DCSIMG

Repair bill for roads hits £300k

Men repairing the road

Men repairing the road

 

UTILITY firms are facing an estimated £300,000 repair bill for cracks, missing manhole covers and faulty fire hydrants across Edinburgh.

Scottish Water and other companies must tackle 605 reported faults which includes small Toby covers and access points on roads and pavements.

Road campaigners say the backlog is due to a lack of local government power to force utilities to tackle the problem.

Fines for failing to repair access points in some cases total just hundreds of pounds and are largely ignored by major firms, according to the Institute of Advanced 
Motorists.

The conservative estimate of £300,000 has been made on the basis that a Toby cover costs around £500 to replace. Larger manhole covers, which require traffic diversions in some cases, costs thousands of pounds each to replace, which means the total is likely to be far higher.

Councillor Lesley Hinds, the city’s transport leader, said current legislation is inadequate and that road bosses can only issue insignificant fines at present.

She said she will lobby Elspeth King, who takes up the post of Scottish road works commissioner next month, for new powers to crack down on firms who fail to address repairs.

She said: “The safety of road users in the city is extremely important and we continue to work closely with utility companies to make sure they play their part in keeping Edinburgh roads and pavements in good condition.

“There is an issue here around defective apparatus, however the current legislation does not permit councils to impose an inspection fee on utility companies unless a third party has reported the problem.

“Even then, the penalty is a one-off and so insignificant that it is hardly prohibitive at all. This is an issue I’ll be raising with the new roads commissioner at the earliest opportunity to see if we can bring about a change to the legislation.”

Scottish Water is responsible for the bulk of the repairs – recorded as 467 as of this month – although the publicly-owned firm said the situation was an improvement on two years ago, when the figure was nearly 2000 across Edinburgh.

At the time, Lothian and Borders Fire and Rescue chiefs highlighted the fact that 15 of these were fire hydrants which crews may have to depend on.

Neil Greig, director of policy at the Institute of Advanced Motorists, backed the call for new powers.

He said: “Most Edinburgh drivers will be shocked to learn Scottish Water hasn’t been able to get a handle on this problem.

“Very few fines have been issued and in many cases they are far less than the cost of repairing a single fault. Until the fines really hurt, they will just ignore them.”

Raymond Davidson, secretary of Edinburgh Taxi Association, said: “Some of the cracks and craters around these 
utility points have to be seen to be believed.

“There are a number on George IV Bridge, a horrendous one on Gorgie Road into Balgreen Road – it’s like a crater.

“The worst must be on Albany Street, which is the main diversion because of the tram works on York Place.

“You actually have to veer to avoid it because you wouldn’t come out if you hit it.

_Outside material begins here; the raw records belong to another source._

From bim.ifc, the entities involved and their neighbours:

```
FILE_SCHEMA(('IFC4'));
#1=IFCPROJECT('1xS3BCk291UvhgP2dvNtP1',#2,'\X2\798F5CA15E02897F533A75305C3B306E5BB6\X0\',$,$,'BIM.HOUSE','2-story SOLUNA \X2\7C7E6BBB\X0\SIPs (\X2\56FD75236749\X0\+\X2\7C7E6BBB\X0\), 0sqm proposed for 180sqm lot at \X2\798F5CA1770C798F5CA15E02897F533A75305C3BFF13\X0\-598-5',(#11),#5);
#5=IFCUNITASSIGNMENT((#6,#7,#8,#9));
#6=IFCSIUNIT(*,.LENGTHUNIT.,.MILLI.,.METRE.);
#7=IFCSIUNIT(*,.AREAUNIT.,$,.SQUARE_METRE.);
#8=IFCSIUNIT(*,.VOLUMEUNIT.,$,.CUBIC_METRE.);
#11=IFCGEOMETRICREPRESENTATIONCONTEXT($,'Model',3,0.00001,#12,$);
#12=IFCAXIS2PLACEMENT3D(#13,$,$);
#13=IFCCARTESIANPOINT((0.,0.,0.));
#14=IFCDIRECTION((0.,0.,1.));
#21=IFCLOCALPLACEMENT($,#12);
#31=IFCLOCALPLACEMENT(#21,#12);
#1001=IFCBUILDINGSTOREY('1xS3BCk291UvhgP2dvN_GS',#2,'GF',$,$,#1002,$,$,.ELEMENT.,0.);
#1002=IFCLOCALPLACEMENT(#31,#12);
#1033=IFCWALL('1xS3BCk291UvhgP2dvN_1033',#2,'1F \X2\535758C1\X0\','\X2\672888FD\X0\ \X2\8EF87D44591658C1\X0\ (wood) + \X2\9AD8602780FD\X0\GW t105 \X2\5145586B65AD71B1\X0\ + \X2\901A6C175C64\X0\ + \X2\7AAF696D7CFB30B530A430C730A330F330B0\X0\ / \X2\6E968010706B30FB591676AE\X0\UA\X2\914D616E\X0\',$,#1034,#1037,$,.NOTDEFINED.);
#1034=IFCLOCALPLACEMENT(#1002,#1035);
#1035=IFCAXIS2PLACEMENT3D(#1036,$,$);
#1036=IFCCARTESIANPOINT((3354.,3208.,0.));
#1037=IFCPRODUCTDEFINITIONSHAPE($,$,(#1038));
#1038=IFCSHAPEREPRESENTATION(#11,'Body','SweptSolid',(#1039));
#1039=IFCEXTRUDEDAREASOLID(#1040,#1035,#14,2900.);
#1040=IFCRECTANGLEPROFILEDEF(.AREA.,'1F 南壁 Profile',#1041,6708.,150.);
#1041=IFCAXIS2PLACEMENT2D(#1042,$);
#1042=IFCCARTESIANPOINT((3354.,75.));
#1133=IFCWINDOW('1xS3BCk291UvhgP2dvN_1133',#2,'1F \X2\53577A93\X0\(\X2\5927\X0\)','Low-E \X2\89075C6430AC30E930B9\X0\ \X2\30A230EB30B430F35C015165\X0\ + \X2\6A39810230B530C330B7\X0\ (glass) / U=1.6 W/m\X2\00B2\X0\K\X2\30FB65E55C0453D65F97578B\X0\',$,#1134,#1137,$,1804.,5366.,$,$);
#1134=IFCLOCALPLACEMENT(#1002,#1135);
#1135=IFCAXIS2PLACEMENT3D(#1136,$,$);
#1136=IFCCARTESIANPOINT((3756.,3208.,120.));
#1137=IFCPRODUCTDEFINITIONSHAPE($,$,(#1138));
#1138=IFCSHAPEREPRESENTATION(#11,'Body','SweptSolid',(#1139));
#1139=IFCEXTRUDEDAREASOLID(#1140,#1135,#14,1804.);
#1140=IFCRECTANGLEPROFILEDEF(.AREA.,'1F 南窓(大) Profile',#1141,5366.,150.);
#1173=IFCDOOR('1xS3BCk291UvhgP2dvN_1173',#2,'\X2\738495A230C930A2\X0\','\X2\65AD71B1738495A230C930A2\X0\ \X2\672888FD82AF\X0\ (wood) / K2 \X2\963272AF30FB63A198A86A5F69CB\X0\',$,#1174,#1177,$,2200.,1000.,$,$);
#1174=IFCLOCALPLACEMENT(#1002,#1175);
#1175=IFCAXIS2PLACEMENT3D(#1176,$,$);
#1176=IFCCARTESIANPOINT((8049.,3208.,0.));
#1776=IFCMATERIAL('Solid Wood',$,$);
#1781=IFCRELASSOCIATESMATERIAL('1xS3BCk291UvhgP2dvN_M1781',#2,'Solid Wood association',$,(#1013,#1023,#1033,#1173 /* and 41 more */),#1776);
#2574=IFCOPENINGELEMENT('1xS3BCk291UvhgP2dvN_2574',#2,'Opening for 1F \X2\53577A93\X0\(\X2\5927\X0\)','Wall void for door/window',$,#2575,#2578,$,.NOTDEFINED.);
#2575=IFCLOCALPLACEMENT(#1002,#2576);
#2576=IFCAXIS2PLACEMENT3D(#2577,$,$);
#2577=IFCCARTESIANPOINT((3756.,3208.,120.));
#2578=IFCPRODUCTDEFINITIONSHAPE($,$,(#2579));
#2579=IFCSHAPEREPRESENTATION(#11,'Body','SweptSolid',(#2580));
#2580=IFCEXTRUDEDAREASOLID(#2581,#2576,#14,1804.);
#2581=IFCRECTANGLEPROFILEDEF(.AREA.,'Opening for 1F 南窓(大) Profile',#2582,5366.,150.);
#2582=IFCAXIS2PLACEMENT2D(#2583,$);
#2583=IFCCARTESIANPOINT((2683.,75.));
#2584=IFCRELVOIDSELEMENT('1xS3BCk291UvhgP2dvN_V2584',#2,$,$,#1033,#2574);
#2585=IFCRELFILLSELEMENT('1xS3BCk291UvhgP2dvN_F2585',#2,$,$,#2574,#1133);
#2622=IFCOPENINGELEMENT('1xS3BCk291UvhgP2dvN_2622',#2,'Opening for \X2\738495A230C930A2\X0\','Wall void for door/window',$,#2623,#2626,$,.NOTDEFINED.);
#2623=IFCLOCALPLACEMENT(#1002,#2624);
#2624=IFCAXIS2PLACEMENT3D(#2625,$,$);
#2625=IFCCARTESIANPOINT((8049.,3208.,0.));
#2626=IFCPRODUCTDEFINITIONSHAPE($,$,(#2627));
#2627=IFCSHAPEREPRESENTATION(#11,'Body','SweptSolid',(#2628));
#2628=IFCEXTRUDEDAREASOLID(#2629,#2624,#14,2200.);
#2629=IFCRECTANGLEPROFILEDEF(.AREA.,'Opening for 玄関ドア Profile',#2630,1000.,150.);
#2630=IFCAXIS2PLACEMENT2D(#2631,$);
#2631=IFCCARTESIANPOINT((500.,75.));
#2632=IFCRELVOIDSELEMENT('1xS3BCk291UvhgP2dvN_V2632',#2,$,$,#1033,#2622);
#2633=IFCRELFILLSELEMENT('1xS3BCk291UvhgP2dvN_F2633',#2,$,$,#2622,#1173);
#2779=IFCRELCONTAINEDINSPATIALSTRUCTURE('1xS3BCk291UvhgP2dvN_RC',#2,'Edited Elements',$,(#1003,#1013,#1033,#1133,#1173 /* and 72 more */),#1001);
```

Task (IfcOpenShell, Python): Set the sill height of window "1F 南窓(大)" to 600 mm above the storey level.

```python
import numpy as np
import ifcopenshell
import ifcopenshell.api.geometry
import ifcopenshell.geom
import ifcopenshell.util.element
import ifcopenshell.util.placement
import ifcopenshell.util.shape
import ifcopenshell.util.unit

model = ifcopenshell.open("bim.ifc")
unit_scale = ifcopenshell.util.unit.calculate_unit_scale(model)

window = model.by_guid("1xS3BCk291UvhgP2dvN_1133")
opening = window.FillsVoids[0].RelatingOpeningElement
storey = ifcopenshell.util.element.get_container(window, ifc_class="IfcBuildingStorey")
level = ifcopenshell.util.placement.get_local_placement(storey.ObjectPlacement)[2, 3]

# The opening's origin need not be at the sill, so measure its lowest point.
shape = ifcopenshell.geom.create_shape(ifcopenshell.geom.settings(), opening)
bottom = ifcopenshell.util.shape.get_shape_bottom_elevation(shape, shape.geometry) / unit_scale
dz = level + 600.0 - bottom

shift = np.array([0.0, 0.0, dz])
# The window is not placed relative to its opening, so move both.
for product in (opening, window):
    matrix = ifcopenshell.util.placement.get_local_placement(product.ObjectPlacement)
    matrix[:3, 3] += shift
    ifcopenshell.api.geometry.edit_object_placement(model, product=product, matrix=matrix, is_si=False)

print(f"moved by {dz * unit_scale:+.3f} m")

model.write("bim_v2.ifc")
```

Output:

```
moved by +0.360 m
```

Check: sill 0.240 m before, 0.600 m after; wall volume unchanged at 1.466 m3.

“Our drivers have to put the cabs in needing front end repairs, new back suspension, rear springs and shock absorbers replaced. It’s a big cost and I’d imagine regular members of the public get the same.”

A spokesman for Scottish Water said it was committed to clearing the backlog.

He said: “We have been working hard to drive down the number of faulty manhole covers in Edinburgh and carry out repairs. While the number has been significantly reduced, we recognise the inconvenience that can be caused and will continue to deal with reports of faulty manholes and repairs as quickly as possible.”